Rond het visvlees zit nu nog een wit vlies. Thuis laat ik dat eraan, en ook de ruggengraat laat ik vrolijk zitten. Maar in restaurants haalt men het vaak weg omdat het tijdens het bakken gaat ‘trekken’ en de stukken vis doet krullen. Erg is dat niet, tenzij u kookt voor de foto.

Ik snij ze in moten en met dat trekkende vel eromheen veranderen die mootjes in een soort mariene ossobuco.

Koken, bakken of stoven, de zeeduivel leent zich voor vele doelen. Vishandelaars raden zeeduivel ook aan op de barbecue, bijvoorbeeld op spiesjes, want het vlees is lekker stevig.
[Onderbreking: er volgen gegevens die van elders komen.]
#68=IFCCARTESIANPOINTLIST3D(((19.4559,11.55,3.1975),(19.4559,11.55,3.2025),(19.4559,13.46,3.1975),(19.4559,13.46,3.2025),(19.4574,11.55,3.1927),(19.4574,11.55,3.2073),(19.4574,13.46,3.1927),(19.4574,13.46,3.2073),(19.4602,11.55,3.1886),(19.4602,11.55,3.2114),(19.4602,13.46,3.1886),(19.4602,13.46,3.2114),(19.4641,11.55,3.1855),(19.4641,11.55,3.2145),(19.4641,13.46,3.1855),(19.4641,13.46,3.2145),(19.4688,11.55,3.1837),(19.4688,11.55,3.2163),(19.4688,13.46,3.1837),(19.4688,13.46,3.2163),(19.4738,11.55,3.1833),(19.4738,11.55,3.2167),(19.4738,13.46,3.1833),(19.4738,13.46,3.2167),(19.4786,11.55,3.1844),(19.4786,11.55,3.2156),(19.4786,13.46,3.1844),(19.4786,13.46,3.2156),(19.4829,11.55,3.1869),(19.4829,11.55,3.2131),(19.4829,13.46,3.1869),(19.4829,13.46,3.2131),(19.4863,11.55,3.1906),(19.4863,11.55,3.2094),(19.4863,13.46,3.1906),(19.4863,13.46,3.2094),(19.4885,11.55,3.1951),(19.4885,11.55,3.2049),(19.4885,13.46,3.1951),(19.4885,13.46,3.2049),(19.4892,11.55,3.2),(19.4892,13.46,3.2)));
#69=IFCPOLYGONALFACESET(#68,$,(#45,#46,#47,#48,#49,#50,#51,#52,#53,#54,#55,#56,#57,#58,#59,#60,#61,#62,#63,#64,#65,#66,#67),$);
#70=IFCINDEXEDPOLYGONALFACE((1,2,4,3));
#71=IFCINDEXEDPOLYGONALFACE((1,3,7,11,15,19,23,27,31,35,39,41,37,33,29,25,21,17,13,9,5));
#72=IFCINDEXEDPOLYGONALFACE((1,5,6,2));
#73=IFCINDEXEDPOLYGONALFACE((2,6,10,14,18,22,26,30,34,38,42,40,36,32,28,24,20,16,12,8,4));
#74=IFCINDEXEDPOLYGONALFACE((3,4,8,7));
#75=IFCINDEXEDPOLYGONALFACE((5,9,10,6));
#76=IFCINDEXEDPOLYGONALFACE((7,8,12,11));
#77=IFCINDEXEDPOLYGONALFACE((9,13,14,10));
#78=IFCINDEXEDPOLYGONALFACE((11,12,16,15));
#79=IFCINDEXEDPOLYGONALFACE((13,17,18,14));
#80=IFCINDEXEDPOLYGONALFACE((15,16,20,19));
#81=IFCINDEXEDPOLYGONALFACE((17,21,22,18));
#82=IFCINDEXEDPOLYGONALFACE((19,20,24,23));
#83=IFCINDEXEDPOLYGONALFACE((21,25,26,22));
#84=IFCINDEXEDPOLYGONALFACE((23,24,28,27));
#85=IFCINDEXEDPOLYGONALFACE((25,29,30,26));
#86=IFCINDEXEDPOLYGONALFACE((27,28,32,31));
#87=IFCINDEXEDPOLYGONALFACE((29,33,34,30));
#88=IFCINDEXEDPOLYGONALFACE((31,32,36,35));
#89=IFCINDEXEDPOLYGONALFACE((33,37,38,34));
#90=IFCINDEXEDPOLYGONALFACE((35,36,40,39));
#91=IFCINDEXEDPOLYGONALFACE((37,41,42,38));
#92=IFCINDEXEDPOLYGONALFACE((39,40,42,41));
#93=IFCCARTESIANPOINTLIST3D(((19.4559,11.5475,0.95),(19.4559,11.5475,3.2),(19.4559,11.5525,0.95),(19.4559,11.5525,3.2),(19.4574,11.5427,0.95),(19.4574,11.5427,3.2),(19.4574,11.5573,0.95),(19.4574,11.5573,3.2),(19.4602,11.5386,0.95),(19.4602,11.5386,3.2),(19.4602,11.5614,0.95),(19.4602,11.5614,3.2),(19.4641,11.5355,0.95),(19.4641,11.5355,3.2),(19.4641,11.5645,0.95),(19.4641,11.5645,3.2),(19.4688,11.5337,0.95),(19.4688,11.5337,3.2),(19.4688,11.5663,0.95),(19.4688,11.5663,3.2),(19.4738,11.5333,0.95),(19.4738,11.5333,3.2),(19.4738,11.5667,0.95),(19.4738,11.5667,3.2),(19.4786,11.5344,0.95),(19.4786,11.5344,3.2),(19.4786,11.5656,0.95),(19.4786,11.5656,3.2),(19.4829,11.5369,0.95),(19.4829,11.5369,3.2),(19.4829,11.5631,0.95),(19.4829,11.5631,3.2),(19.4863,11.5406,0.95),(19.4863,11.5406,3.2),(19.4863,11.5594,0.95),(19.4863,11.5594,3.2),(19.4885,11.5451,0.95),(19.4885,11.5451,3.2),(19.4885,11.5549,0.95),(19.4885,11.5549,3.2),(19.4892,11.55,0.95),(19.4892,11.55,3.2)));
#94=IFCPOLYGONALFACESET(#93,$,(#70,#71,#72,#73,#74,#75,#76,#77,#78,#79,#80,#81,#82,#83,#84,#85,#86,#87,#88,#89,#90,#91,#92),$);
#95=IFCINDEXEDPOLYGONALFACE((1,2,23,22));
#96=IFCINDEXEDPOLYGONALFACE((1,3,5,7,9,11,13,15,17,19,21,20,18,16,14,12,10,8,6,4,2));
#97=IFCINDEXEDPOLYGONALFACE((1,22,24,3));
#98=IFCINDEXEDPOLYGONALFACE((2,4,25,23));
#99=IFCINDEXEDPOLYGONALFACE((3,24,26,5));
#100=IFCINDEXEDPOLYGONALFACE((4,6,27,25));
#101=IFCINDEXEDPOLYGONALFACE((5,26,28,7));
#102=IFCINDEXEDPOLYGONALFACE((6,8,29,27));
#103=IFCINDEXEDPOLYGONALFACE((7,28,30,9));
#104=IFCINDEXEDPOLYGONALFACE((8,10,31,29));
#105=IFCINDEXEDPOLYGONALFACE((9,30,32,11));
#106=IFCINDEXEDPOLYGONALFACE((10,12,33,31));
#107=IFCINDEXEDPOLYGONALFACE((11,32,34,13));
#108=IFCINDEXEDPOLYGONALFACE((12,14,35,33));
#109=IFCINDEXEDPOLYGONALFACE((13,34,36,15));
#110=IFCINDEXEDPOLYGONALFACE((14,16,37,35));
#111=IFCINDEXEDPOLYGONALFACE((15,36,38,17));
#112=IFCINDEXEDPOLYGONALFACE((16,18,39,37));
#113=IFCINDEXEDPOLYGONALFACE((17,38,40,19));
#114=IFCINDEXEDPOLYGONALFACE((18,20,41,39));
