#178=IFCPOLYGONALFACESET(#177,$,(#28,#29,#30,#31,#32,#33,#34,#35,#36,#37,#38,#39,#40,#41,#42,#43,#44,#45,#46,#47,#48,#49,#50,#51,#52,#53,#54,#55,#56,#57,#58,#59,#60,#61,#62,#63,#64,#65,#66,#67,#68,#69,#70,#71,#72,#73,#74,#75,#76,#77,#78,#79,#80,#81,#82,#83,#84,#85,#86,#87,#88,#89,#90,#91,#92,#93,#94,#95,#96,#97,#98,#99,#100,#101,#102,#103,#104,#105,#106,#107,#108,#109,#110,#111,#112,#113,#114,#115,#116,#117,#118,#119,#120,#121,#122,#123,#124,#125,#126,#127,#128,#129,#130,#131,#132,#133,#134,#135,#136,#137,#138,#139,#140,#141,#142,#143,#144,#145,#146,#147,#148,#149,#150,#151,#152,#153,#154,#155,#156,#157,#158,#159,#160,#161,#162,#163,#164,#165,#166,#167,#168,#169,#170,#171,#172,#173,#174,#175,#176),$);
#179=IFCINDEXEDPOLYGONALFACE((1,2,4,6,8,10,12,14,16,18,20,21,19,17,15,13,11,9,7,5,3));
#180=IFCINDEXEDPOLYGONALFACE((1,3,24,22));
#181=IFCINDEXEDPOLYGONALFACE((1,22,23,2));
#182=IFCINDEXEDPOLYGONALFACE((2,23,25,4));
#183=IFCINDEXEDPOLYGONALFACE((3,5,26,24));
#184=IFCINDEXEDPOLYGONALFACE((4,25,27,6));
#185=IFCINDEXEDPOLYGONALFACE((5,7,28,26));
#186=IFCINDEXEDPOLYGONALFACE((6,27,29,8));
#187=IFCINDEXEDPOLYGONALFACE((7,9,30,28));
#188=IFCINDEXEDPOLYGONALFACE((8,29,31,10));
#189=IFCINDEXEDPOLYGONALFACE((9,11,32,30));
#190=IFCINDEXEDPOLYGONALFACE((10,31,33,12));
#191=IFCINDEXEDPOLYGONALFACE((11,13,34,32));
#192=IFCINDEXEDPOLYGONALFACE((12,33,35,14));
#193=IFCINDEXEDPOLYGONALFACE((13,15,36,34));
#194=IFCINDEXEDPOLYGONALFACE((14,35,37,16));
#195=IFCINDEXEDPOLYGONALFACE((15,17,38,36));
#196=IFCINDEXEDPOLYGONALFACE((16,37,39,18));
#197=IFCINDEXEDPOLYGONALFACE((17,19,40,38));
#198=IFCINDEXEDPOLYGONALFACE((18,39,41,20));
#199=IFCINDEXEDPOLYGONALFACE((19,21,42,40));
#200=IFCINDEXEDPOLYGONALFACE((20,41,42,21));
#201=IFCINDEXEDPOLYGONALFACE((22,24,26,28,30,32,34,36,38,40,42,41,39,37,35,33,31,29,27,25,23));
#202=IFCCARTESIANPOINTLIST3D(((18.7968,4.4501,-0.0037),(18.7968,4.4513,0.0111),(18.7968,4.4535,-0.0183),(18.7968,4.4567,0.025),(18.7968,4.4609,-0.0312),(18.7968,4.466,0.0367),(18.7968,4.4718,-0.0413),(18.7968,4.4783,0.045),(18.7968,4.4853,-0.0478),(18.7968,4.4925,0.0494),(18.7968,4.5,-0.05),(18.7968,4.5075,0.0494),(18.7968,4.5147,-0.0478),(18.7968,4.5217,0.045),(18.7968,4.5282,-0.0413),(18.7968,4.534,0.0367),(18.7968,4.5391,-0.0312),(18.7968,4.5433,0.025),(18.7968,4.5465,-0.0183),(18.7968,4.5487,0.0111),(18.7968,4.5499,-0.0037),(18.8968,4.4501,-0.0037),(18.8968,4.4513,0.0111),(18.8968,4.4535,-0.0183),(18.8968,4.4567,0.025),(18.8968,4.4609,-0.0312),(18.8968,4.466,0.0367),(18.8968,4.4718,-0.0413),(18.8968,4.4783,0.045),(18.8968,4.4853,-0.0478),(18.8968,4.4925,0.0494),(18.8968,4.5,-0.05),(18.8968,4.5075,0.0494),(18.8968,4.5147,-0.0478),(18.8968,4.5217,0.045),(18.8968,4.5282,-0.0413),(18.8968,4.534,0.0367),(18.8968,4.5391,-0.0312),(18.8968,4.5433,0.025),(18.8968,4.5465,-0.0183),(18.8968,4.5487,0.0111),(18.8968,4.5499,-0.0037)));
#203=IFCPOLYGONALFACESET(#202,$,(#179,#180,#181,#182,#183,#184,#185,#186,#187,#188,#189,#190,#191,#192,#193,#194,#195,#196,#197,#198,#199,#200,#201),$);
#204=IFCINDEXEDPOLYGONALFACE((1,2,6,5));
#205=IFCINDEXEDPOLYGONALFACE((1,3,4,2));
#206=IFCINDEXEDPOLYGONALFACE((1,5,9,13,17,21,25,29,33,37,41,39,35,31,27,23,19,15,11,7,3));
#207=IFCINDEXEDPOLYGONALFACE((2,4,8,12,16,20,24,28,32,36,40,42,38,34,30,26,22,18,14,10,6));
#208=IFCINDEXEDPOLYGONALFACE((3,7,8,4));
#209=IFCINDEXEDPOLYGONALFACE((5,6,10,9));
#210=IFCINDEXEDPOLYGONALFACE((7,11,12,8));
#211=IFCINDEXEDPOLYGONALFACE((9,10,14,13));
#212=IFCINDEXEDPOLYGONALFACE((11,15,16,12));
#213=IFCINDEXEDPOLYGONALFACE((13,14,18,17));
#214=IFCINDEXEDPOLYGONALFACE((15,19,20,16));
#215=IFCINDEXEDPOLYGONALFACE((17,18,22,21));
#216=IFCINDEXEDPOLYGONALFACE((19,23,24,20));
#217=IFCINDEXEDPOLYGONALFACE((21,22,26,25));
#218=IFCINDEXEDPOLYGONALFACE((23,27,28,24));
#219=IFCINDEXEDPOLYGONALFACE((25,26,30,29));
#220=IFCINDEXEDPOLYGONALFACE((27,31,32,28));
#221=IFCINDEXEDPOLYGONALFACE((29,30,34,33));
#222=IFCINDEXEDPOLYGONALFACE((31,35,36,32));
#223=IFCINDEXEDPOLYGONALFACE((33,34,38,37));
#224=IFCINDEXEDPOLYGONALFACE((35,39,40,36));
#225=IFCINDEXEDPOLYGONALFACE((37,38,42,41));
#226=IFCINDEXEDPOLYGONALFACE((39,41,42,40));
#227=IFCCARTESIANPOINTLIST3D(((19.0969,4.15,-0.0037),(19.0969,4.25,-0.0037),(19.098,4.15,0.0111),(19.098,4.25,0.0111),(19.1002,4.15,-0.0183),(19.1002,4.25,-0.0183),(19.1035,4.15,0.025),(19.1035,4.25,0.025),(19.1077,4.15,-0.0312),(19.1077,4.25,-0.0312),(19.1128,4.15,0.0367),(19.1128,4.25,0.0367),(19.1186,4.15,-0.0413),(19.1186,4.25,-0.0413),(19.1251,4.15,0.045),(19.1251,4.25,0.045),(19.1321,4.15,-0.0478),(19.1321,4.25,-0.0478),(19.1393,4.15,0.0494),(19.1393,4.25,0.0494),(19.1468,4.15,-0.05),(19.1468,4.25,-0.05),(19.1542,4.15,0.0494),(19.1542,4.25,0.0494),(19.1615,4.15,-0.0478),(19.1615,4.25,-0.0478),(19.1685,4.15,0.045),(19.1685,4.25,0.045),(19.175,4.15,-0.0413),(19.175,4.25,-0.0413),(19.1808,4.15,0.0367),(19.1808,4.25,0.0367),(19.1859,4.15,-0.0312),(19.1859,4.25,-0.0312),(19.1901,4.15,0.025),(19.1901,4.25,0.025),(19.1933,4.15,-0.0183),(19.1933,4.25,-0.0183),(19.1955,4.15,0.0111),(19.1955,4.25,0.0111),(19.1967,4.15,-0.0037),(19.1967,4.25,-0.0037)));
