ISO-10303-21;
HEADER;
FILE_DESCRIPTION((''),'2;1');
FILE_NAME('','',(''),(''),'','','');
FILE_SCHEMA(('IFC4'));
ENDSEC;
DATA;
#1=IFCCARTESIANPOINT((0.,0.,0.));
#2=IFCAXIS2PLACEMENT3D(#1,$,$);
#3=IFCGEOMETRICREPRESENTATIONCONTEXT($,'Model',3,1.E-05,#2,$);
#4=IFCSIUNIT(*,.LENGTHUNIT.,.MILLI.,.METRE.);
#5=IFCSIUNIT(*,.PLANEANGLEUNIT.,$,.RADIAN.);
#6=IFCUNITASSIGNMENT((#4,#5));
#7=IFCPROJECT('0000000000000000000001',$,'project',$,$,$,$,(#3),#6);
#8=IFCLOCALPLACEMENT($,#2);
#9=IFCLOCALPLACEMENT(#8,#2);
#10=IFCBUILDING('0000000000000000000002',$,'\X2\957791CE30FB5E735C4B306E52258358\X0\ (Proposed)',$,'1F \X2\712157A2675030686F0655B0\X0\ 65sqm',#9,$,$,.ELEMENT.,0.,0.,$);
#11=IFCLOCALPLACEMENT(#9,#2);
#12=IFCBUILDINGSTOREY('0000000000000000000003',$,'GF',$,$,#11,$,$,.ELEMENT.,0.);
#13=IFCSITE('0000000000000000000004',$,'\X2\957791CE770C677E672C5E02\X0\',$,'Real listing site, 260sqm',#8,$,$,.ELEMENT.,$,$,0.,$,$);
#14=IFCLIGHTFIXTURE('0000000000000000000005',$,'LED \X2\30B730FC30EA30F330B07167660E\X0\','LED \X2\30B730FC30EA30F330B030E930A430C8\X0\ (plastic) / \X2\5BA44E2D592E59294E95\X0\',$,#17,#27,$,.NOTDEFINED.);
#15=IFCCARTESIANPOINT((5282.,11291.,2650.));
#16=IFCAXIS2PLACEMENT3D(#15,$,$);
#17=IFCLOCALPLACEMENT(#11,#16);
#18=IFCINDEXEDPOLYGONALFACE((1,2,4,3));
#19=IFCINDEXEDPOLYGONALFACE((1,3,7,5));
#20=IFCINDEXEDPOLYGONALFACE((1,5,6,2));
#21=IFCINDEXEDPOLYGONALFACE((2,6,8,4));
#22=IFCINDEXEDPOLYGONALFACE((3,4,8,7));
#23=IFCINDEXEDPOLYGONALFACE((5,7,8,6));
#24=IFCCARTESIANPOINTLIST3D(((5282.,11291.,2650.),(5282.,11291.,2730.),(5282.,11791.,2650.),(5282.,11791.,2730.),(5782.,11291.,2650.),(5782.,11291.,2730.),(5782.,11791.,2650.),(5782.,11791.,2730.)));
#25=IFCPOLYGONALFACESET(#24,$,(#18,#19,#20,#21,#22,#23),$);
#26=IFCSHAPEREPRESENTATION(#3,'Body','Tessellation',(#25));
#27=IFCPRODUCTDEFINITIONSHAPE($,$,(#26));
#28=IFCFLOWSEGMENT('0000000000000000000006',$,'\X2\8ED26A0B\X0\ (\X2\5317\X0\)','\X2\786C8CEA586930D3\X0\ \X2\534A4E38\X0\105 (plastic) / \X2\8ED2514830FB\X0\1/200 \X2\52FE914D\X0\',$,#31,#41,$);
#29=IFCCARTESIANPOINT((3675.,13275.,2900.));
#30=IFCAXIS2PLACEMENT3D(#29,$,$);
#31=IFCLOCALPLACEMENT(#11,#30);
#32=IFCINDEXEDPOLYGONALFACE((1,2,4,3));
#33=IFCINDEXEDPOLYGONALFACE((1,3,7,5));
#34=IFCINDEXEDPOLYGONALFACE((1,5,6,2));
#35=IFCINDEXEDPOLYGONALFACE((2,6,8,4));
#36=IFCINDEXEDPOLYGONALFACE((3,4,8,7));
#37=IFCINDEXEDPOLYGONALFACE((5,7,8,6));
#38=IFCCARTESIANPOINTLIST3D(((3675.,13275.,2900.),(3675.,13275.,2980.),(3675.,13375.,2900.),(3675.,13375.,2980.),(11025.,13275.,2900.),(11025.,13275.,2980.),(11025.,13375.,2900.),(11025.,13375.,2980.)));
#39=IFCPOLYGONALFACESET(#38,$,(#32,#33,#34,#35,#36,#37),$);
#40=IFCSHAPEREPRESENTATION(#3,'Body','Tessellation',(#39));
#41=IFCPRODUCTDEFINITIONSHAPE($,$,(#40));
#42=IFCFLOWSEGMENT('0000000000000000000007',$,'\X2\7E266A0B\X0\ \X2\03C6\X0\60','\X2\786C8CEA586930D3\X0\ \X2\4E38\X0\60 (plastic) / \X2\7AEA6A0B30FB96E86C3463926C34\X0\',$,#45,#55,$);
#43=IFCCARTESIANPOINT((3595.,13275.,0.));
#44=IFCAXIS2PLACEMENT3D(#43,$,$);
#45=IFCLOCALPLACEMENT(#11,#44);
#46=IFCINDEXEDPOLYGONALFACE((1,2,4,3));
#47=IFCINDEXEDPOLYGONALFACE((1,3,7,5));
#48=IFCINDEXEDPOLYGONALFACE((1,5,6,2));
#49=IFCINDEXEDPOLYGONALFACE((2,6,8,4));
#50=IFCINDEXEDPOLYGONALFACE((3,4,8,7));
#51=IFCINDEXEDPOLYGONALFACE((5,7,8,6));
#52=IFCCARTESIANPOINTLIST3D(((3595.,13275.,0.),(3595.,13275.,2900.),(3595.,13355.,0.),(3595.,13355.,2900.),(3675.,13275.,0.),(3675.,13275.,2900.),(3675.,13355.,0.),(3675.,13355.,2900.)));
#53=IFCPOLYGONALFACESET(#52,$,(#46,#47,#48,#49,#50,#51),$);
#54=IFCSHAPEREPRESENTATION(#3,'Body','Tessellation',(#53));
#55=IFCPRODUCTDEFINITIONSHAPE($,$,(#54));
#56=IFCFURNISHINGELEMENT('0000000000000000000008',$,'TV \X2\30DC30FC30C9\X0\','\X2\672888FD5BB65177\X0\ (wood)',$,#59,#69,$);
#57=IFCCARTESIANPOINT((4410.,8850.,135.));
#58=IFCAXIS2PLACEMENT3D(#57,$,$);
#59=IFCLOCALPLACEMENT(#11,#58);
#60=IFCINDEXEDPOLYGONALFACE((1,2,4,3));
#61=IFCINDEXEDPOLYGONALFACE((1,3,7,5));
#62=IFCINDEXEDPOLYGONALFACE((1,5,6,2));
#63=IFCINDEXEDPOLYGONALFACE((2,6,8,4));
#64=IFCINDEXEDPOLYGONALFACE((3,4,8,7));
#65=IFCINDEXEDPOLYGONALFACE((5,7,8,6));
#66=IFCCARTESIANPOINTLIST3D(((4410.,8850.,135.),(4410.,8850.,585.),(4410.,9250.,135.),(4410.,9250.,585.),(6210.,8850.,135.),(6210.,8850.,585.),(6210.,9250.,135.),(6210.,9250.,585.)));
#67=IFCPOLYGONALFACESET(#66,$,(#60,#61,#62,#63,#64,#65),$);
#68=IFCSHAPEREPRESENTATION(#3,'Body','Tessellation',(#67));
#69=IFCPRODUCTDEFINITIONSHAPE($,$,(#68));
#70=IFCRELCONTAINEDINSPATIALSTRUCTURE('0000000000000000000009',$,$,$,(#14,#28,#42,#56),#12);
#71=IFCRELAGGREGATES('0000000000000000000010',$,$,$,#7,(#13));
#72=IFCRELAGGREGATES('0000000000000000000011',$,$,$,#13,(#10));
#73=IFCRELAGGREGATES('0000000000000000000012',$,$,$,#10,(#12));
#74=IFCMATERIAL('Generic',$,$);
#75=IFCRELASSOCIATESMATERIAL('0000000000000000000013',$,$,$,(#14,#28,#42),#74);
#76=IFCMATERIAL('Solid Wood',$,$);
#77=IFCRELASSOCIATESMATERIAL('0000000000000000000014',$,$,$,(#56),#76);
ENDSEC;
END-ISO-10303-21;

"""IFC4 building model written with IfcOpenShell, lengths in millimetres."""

from ifc_helpers import new_model, si_unit, frame, frame_2d, origin, place, context, project, spatial, rectangle, extrude, material, element, save


model = new_model("IFC4")

# Units and contexts
model_context = context("Model", 3, precision=1e-05, world=origin())
ifc_project = project(units=[si_unit("LENGTHUNIT", "METRE", prefix="MILLI"), si_unit("PLANEANGLEUNIT", "RADIAN")], contexts=[model_context])

# Site, building, storey
site_placement = place(None, origin())
site = spatial("IfcSite", under=ifc_project, at=site_placement, Name="長野県松本市", ObjectType="Real listing site, 260sqm", CompositionType="ELEMENT", RefElevation=0.0)
building_placement = place(site_placement, origin())
building = spatial("IfcBuilding", under=site, at=building_placement, Name="長野・平屋の別荘 (Proposed)", ObjectType="1F 無垢材と漆喰 65sqm", CompositionType="ELEMENT", ElevationOfRefHeight=0.0, ElevationOfTerrain=0.0)
storey_placement = place(building_placement, origin())
storey = spatial("IfcBuildingStorey", under=building, at=storey_placement, Name="GF", CompositionType="ELEMENT", Elevation=0.0)

# Shared definitions
ifc_material_1 = material(Name="Solid Wood")

# Shared definitions
ifc_material_2 = material(Name="Generic")

# Light fixture
light_fixture_placement = place(storey_placement, frame((5282.0, 11291.0, 2650.0)))
element("IfcLightFixture", 1, at=light_fixture_placement, inside=storey, material=ifc_material_2, Name="LED シーリング照明", Description="LED シーリングライト (plastic) / 室中央天井", PredefinedType="NOTDEFINED", context=model_context, shape_type="SweptSolid", body=[
    extrude(rectangle(XDim=500.0, YDim=500.0, at=frame_2d((250.0, 250.0))), frame((5282.0, 11291.0, 2650.0)), (0.0, 0.0, 1.0), 80.0),
])

# Flow segments
flow_segment_1_placement = place(storey_placement, frame((3675.0, 13275.0, 2900.0)))
element("IfcFlowSegment", 2, at=flow_segment_1_placement, inside=storey, material=ifc_material_2, Name="軒樋 (北)", Description="硬質塩ビ 半丸105 (plastic) / 軒先・1/200 勾配", context=model_context, shape_type="SweptSolid", body=[
    extrude(rectangle(XDim=7350.0, YDim=100.0, at=frame_2d((3675.0, 50.0))), frame((3675.0, 13275.0, 2900.0)), (0.0, 0.0, 1.0), 80.0),
])
flow_segment_2_placement = place(storey_placement, frame((3595.0, 13275.0, 0.0)))
element("IfcFlowSegment", 3, at=flow_segment_2_placement, inside=storey, material=ifc_material_2, Name="縦樋 φ60", Description="硬質塩ビ 丸60 (plastic) / 竪樋・雨水排水", context=model_context, shape_type="SweptSolid", body=[
    extrude(rectangle(XDim=80.0, YDim=80.0, at=frame_2d((40.0, 40.0))), frame((3595.0, 13275.0, 0.0)), (0.0, 0.0, 1.0), 2900.0),
])

# Furnishing element
furnishing_placement = place(storey_placement, frame((4410.0, 8850.0, 135.0)))
element("IfcFurnishingElement", 4, at=furnishing_placement, inside=storey, material=ifc_material_1, Name="TV ボード", Description="木製家具 (wood)", context=model_context, shape_type="SweptSolid", body=[
    extrude(rectangle(XDim=1800.0, YDim=400.0, at=frame_2d((900.0, 200.0))), frame((4410.0, 8850.0, 135.0)), (0.0, 0.0, 1.0), 450.0),
])

save(model, "model.ifc")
Maar let op, het visvlees bevat heel weinig vet: aangebrand verspreidt deze vis een geur die niet iedereen apprecieert.

Barcelona maakt van rap , zoals de zeeduivel daar heet, zowat het stedelijke zeegerecht bij uitstek. Gewoon gebakken a la plancha . In Italië spreken ze van rana pescatrice , een vissende kikker dus. En vergeet niet: de baudroie is een essentieel ingrediënt in de bouillabaisse van Marseille. Maar zeg nooit lotte : dat is in wezen een heel andere vis.

Een makkelijk recept: à l’américaine . Snij de zeeduivelham in ‘schenkels’ en rol ze even door de bloem. Bak ze aan in een cocotte met een mengsel van boter en olie en haal ze er weer uit. Hak ajuinen klein samen met een teentje look. Laat die aanstoven in hetzelfde vet; blus met enkele druppels cognac, wat witte wijn en doe er enkele lepels tomatenpuree door. Peper en een ietsepietsie cayenne. Als alles gemengd is, mag de vis er weer bij. Na vijftien minuten is het zeker klaar. Ik geef er rijst bij. Smakelijk.